*Activity*
The answer should be an exact copy of the data.

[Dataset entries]
──────
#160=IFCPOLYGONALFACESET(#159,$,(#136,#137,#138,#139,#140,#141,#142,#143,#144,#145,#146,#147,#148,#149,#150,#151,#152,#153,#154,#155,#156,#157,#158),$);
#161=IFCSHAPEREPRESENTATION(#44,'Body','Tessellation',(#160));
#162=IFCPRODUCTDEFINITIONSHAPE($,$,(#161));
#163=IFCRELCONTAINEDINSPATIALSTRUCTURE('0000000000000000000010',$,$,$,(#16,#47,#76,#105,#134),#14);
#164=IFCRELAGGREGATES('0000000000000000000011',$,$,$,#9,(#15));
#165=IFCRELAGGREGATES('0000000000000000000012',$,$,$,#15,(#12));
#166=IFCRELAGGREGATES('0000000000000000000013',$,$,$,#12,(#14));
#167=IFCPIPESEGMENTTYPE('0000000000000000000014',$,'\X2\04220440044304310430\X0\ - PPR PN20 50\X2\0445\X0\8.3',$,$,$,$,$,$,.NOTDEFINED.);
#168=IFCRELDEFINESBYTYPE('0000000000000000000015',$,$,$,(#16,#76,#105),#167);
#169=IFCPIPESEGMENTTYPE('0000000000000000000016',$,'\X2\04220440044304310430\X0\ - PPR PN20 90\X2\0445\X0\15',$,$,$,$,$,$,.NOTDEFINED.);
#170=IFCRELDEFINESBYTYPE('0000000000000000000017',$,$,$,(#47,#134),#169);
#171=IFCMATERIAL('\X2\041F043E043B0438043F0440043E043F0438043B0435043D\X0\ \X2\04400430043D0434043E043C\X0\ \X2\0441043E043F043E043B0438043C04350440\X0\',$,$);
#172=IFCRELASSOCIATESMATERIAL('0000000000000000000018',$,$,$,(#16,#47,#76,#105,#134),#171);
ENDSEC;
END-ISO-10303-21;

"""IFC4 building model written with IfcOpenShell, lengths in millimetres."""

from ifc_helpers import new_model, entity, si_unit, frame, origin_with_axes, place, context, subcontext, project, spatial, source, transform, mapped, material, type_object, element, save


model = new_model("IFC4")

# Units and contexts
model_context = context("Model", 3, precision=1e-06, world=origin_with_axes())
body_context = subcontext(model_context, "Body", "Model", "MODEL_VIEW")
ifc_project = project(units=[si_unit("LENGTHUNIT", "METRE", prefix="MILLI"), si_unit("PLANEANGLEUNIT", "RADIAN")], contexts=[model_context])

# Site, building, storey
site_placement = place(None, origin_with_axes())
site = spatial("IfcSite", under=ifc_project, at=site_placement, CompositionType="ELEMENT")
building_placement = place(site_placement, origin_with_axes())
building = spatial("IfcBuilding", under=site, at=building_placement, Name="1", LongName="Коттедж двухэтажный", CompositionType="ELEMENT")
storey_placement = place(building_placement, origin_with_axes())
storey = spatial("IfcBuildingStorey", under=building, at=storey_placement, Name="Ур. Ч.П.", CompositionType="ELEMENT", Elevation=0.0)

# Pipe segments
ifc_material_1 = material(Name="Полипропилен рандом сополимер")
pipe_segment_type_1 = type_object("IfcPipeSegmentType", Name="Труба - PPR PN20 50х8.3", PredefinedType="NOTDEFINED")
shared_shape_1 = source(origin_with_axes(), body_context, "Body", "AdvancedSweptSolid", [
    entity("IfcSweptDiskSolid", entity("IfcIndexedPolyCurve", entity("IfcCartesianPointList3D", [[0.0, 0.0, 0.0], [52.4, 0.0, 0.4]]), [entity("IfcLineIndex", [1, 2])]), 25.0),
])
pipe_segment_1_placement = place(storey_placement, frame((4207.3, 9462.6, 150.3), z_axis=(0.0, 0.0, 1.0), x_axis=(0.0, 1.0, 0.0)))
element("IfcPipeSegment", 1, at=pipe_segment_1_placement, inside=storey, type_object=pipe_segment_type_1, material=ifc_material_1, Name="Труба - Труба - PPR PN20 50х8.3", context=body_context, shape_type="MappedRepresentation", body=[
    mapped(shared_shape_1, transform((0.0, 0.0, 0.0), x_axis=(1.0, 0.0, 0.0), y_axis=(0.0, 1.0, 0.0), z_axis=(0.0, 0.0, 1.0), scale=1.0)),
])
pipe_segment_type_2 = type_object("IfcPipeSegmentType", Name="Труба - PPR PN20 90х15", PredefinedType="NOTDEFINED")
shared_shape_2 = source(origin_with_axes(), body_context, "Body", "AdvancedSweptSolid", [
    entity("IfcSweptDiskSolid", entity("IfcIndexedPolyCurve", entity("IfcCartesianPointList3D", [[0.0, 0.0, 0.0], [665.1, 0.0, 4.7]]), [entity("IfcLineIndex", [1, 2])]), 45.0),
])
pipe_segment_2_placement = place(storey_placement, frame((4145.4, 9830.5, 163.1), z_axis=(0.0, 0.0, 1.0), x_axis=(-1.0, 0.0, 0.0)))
──────
*Response box*
#160=IFCPOLYGONALFACESET(#159,$,(#136,#137,#138,#139,#140,#141,#142,#143,#144,#145,#146,#147,#148,#149,#150,#151,#152,#153,#154,#155,#156,#157,#158),$);
#161=IFCSHAPEREPRESENTATION(#44,'Body','Tessellation',(#160));
#162=IFCPRODUCTDEFINITIONSHAPE($,$,(#161));
#163=IFCRELCONTAINEDINSPATIALSTRUCTURE('0000000000000000000010',$,$,$,(#16,#47,#76,#105,#134),#14);
#164=IFCRELAGGREGATES('0000000000000000000011',$,$,$,#9,(#15));
#165=IFCRELAGGREGATES('0000000000000000000012',$,$,$,#15,(#12));
#166=IFCRELAGGREGATES('0000000000000000000013',$,$,$,#12,(#14));
#167=IFCPIPESEGMENTTYPE('0000000000000000000014',$,'\X2\04220440044304310430\X0\ - PPR PN20 50\X2\0445\X0\8.3',$,$,$,$,$,$,.NOTDEFINED.);
#168=IFCRELDEFINESBYTYPE('0000000000000000000015',$,$,$,(#16,#76,#105),#167);
#169=IFCPIPESEGMENTTYPE('0000000000000000000016',$,'\X2\04220440044304310430\X0\ - PPR PN20 90\X2\0445\X0\15',$,$,$,$,$,$,.NOTDEFINED.);
#170=IFCRELDEFINESBYTYPE('0000000000000000000017',$,$,$,(#47,#134),#169);
#171=IFCMATERIAL('\X2\041F043E043B0438043F0440043E043F0438043B0435043D\X0\ \X2\04400430043D0434043E043C\X0\ \X2\0441043E043F043E043B0438043C04350440\X0\',$,$);
#172=IFCRELASSOCIATESMATERIAL('0000000000000000000018',$,$,$,(#16,#47,#76,#105,#134),#171);
ENDSEC;
END-ISO-10303-21;

"""IFC4 building model written with IfcOpenShell, lengths in millimetres."""

from ifc_helpers import new_model, entity, si_unit, frame, origin_with_axes, place, context, subcontext, project, spatial, source, transform, mapped, material, type_object, element, save


model = new_model("IFC4")

# Units and contexts
model_context = context("Model", 3, precision=1e-06, world=origin_with_axes())
body_context = subcontext(model_context, "Body", "Model", "MODEL_VIEW")
ifc_project = project(units=[si_unit("LENGTHUNIT", "METRE", prefix="MILLI"), si_unit("PLANEANGLEUNIT", "RADIAN")], contexts=[model_context])

# Site, building, storey
site_placement = place(None, origin_with_axes())
site = spatial("IfcSite", under=ifc_project, at=site_placement, CompositionType="ELEMENT")
building_placement = place(site_placement, origin_with_axes())
building = spatial("IfcBuilding", under=site, at=building_placement, Name="1", LongName="Коттедж двухэтажный", CompositionType="ELEMENT")
storey_placement = place(building_placement, origin_with_axes())
storey = spatial("IfcBuildingStorey", under=building, at=storey_placement, Name="Ур. Ч.П.", CompositionType="ELEMENT", Elevation=0.0)

# Pipe segments
ifc_material_1 = material(Name="Полипропилен рандом сополимер")
pipe_segment_type_1 = type_object("IfcPipeSegmentType", Name="Труба - PPR PN20 50х8.3", PredefinedType="NOTDEFINED")
shared_shape_1 = source(origin_with_axes(), body_context, "Body", "AdvancedSweptSolid", [
    entity("IfcSweptDiskSolid", entity("IfcIndexedPolyCurve", entity("IfcCartesianPointList3D", [[0.0, 0.0, 0.0], [52.4, 0.0, 0.4]]), [entity("IfcLineIndex", [1, 2])]), 25.0),
])
pipe_segment_1_placement = place(storey_placement, frame((4207.3, 9462.6, 150.3), z_axis=(0.0, 0.0, 1.0), x_axis=(0.0, 1.0, 0.0)))
element("IfcPipeSegment", 1, at=pipe_segment_1_placement, inside=storey, type_object=pipe_segment_type_1, material=ifc_material_1, Name="Труба - Труба - PPR PN20 50х8.3", context=body_context, shape_type="MappedRepresentation", body=[
    mapped(shared_shape_1, transform((0.0, 0.0, 0.0), x_axis=(1.0, 0.0, 0.0), y_axis=(0.0, 1.0, 0.0), z_axis=(0.0, 0.0, 1.0), scale=1.0)),
])
pipe_segment_type_2 = type_object("IfcPipeSegmentType", Name="Труба - PPR PN20 90х15", PredefinedType="NOTDEFINED")
shared_shape_2 = source(origin_with_axes(), body_context, "Body", "AdvancedSweptSolid", [
    entity("IfcSweptDiskSolid", entity("IfcIndexedPolyCurve", entity("IfcCartesianPointList3D", [[0.0, 0.0, 0.0], [665.1, 0.0, 4.7]]), [entity("IfcLineIndex", [1, 2])]), 45.0),
])
pipe_segment_2_placement = place(storey_placement, frame((4145.4, 9830.5, 163.1), z_axis=(0.0, 0.0, 1.0), x_axis=(-1.0, 0.0, 0.0)))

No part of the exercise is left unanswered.